*Assignment*
Print, in exact form, the lines below from the one containing "#40=IFCINDEXEDPOLYGONALFACE((25,26,34,33));" through the one containing "#46=IFCINDEXEDPOLYGONALFACE((33,34,36,35));", and omit all others.
------------
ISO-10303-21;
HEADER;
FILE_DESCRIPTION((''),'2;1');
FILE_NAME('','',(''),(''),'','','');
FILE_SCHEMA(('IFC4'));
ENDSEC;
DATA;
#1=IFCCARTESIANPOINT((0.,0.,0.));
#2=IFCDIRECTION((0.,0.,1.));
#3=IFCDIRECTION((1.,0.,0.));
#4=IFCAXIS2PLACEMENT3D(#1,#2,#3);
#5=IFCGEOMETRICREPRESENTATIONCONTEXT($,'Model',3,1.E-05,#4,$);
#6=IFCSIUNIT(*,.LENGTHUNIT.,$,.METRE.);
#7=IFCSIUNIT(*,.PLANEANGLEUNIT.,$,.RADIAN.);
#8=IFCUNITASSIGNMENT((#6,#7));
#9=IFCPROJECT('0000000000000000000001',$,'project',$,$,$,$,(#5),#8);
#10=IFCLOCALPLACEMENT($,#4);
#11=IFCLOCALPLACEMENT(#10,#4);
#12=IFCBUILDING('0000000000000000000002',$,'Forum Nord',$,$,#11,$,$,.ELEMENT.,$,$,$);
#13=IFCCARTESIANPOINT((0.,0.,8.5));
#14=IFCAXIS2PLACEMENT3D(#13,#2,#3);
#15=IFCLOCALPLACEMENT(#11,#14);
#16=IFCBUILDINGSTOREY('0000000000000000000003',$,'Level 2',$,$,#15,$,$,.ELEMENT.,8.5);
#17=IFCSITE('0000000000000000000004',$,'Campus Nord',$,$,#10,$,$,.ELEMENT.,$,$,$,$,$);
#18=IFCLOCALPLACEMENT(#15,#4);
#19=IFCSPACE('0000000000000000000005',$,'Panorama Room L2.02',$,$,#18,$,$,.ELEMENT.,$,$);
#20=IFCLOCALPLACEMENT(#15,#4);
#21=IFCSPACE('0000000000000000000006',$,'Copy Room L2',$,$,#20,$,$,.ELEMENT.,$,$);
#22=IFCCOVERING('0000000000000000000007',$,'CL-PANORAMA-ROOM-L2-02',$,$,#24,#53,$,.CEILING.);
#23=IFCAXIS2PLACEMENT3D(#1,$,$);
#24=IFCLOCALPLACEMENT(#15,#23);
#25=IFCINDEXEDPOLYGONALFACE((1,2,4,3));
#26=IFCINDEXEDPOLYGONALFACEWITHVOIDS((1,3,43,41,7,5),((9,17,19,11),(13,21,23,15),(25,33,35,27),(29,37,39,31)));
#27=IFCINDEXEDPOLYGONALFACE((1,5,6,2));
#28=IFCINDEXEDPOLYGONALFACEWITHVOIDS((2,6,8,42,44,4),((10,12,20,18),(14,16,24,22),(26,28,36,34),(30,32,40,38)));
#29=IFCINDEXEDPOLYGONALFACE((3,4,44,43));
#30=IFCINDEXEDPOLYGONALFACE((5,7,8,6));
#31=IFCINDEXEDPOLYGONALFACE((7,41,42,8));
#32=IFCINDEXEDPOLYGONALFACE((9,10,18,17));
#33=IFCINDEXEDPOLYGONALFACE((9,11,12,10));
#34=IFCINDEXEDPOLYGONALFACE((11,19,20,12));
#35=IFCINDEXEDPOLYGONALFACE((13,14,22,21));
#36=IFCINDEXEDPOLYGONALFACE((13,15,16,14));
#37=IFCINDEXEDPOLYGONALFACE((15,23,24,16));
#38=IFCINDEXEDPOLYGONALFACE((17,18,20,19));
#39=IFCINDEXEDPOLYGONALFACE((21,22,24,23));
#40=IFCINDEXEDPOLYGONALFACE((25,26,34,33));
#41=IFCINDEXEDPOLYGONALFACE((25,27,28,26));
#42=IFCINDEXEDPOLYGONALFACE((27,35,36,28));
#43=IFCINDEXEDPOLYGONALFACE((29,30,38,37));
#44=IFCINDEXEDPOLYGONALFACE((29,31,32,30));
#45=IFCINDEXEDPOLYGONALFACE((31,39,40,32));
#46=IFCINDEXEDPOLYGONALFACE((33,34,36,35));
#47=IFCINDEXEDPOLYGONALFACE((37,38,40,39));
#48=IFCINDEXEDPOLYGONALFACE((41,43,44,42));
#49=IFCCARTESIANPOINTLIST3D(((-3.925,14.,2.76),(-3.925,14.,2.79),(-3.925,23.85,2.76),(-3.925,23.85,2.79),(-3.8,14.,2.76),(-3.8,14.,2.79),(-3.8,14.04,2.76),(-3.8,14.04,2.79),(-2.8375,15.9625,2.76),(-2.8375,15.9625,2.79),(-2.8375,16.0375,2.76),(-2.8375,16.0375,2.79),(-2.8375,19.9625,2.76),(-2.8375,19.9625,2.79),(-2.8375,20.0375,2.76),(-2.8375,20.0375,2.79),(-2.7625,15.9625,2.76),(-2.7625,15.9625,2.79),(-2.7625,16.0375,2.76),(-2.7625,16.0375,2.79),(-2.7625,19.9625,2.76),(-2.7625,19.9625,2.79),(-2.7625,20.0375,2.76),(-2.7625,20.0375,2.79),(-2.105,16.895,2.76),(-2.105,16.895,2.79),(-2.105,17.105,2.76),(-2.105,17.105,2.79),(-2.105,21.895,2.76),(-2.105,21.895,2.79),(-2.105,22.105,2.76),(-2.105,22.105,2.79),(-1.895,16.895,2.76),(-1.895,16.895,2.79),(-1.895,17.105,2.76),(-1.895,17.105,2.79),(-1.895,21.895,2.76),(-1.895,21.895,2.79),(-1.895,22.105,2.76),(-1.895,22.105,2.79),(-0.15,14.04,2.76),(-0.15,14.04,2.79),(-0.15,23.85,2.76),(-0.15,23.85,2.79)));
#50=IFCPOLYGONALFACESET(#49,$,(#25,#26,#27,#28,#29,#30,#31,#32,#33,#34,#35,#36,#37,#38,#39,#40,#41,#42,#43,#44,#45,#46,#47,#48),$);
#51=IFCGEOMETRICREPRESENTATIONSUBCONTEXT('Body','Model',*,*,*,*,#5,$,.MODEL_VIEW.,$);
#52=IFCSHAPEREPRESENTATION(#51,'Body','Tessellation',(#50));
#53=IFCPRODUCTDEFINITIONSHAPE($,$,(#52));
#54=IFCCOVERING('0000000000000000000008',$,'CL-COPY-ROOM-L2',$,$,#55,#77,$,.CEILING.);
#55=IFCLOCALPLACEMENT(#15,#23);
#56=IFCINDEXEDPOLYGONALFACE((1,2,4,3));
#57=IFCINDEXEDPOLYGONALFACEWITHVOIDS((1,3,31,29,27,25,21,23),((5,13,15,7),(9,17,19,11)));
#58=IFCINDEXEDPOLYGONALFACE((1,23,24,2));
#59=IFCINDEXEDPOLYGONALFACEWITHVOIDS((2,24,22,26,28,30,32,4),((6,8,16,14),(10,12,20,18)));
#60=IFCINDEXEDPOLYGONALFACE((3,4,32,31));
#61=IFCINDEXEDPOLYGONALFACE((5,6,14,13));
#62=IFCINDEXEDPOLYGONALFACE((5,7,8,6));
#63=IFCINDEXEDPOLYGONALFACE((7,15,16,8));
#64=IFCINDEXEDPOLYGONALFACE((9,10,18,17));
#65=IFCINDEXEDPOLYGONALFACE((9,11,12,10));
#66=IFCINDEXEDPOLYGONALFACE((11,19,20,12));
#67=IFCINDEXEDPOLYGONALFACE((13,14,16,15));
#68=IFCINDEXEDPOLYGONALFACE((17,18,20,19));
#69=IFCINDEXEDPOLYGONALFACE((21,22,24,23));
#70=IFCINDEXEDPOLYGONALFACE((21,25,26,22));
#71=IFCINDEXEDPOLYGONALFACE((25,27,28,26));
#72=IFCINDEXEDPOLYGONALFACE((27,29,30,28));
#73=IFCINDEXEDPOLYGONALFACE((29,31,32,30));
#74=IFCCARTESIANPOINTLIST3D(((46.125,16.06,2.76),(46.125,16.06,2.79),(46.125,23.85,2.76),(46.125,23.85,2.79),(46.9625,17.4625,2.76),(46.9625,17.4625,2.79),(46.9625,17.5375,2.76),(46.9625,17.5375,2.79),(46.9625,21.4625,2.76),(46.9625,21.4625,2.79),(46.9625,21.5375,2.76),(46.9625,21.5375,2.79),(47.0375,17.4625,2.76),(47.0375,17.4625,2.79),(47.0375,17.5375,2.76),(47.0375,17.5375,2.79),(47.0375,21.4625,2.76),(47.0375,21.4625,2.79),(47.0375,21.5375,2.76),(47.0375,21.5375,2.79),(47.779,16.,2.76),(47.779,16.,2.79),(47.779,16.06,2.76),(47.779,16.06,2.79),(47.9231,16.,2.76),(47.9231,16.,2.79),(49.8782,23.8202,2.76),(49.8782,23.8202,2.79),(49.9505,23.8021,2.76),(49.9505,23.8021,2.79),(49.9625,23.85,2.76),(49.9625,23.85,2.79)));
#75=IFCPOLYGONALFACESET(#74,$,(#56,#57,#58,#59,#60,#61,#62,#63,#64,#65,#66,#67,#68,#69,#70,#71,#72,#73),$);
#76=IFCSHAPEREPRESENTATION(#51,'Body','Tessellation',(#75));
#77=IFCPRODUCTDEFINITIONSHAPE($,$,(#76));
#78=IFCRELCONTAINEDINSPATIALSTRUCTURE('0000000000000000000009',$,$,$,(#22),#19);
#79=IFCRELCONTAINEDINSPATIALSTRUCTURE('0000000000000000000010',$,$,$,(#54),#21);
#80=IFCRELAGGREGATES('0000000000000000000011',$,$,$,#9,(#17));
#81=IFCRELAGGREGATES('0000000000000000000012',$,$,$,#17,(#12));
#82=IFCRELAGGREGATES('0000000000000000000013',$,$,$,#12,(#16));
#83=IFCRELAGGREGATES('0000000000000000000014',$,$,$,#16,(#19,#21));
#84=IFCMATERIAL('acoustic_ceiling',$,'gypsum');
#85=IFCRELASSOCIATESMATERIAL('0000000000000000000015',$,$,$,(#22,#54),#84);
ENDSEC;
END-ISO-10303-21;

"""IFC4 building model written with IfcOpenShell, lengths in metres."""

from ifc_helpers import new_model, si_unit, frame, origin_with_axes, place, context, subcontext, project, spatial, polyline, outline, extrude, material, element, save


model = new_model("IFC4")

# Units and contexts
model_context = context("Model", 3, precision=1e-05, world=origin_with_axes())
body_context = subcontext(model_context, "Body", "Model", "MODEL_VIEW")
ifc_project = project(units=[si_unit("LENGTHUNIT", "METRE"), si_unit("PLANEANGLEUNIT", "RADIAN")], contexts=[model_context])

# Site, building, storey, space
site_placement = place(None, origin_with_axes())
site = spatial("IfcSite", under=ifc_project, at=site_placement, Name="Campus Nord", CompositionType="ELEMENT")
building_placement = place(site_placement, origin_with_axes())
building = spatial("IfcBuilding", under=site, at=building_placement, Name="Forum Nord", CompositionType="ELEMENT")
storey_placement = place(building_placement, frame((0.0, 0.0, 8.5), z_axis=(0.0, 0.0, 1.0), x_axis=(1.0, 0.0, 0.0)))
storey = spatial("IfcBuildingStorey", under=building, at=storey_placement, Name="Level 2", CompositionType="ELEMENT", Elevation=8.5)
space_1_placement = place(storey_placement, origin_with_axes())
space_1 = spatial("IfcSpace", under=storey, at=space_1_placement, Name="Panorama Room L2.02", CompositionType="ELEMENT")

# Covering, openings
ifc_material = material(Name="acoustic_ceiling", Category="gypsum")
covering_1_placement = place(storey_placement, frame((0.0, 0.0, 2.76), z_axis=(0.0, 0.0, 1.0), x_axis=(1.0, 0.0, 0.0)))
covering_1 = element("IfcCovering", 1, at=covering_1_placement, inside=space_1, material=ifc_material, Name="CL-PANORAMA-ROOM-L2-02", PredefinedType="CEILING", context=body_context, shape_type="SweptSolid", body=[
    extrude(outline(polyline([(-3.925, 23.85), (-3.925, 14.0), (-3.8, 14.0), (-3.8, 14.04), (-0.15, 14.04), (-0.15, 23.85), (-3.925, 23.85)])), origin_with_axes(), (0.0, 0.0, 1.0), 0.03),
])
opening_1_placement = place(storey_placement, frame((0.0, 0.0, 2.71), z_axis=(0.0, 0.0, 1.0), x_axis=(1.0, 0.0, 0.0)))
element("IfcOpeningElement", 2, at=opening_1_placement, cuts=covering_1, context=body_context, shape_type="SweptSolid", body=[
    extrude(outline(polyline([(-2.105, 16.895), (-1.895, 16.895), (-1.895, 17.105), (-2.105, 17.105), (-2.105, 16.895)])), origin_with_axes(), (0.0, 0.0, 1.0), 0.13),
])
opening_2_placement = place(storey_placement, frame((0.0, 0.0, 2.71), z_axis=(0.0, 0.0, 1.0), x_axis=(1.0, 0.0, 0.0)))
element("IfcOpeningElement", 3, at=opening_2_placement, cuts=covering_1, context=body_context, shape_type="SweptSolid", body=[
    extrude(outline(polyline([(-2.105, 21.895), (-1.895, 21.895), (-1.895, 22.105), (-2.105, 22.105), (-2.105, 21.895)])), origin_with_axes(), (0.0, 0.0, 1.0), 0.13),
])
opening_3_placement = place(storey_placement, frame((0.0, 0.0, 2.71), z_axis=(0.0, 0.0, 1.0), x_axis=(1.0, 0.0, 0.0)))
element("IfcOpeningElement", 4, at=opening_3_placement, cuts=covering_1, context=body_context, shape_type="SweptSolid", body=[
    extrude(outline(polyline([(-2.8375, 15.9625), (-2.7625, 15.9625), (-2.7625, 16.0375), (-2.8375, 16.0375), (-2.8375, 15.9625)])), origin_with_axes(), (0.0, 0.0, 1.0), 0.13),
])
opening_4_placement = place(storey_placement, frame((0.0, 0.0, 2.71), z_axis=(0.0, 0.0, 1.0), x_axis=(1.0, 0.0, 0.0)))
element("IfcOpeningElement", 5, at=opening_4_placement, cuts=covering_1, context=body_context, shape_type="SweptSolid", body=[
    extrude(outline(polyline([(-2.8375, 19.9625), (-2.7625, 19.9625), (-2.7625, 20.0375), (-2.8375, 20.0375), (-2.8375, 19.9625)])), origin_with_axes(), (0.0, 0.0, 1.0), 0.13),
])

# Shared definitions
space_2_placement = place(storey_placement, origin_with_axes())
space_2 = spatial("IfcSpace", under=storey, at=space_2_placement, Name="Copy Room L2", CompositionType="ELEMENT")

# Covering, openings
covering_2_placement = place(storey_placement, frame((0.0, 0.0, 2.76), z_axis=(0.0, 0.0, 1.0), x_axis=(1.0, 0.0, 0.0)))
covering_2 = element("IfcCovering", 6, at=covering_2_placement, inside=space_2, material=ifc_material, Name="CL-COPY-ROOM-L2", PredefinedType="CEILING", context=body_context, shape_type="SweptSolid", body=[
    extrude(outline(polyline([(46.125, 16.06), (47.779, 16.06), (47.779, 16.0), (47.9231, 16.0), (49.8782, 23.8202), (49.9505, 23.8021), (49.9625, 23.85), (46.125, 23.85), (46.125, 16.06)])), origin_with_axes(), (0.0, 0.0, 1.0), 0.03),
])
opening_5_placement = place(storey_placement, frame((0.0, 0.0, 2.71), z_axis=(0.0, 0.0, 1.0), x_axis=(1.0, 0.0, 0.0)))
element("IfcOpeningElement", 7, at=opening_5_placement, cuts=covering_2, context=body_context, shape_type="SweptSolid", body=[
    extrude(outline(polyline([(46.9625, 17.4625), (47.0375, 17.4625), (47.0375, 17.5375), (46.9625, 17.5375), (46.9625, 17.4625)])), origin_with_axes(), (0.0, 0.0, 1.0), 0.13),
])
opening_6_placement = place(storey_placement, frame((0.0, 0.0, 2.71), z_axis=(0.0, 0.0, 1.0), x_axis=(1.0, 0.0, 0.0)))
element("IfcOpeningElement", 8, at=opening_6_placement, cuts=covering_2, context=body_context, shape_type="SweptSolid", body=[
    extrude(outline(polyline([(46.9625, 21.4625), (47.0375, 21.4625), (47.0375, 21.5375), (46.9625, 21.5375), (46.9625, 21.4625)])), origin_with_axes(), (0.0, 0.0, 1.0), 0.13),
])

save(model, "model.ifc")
------------
*Answer for the task*
#40=IFCINDEXEDPOLYGONALFACE((25,26,34,33));
#41=IFCINDEXEDPOLYGONALFACE((25,27,28,26));
#42=IFCINDEXEDPOLYGONALFACE((27,35,36,28));
#43=IFCINDEXEDPOLYGONALFACE((29,30,38,37));
#44=IFCINDEXEDPOLYGONALFACE((29,31,32,30));
#45=IFCINDEXEDPOLYGONALFACE((31,39,40,32));
#46=IFCINDEXEDPOLYGONALFACE((33,34,36,35));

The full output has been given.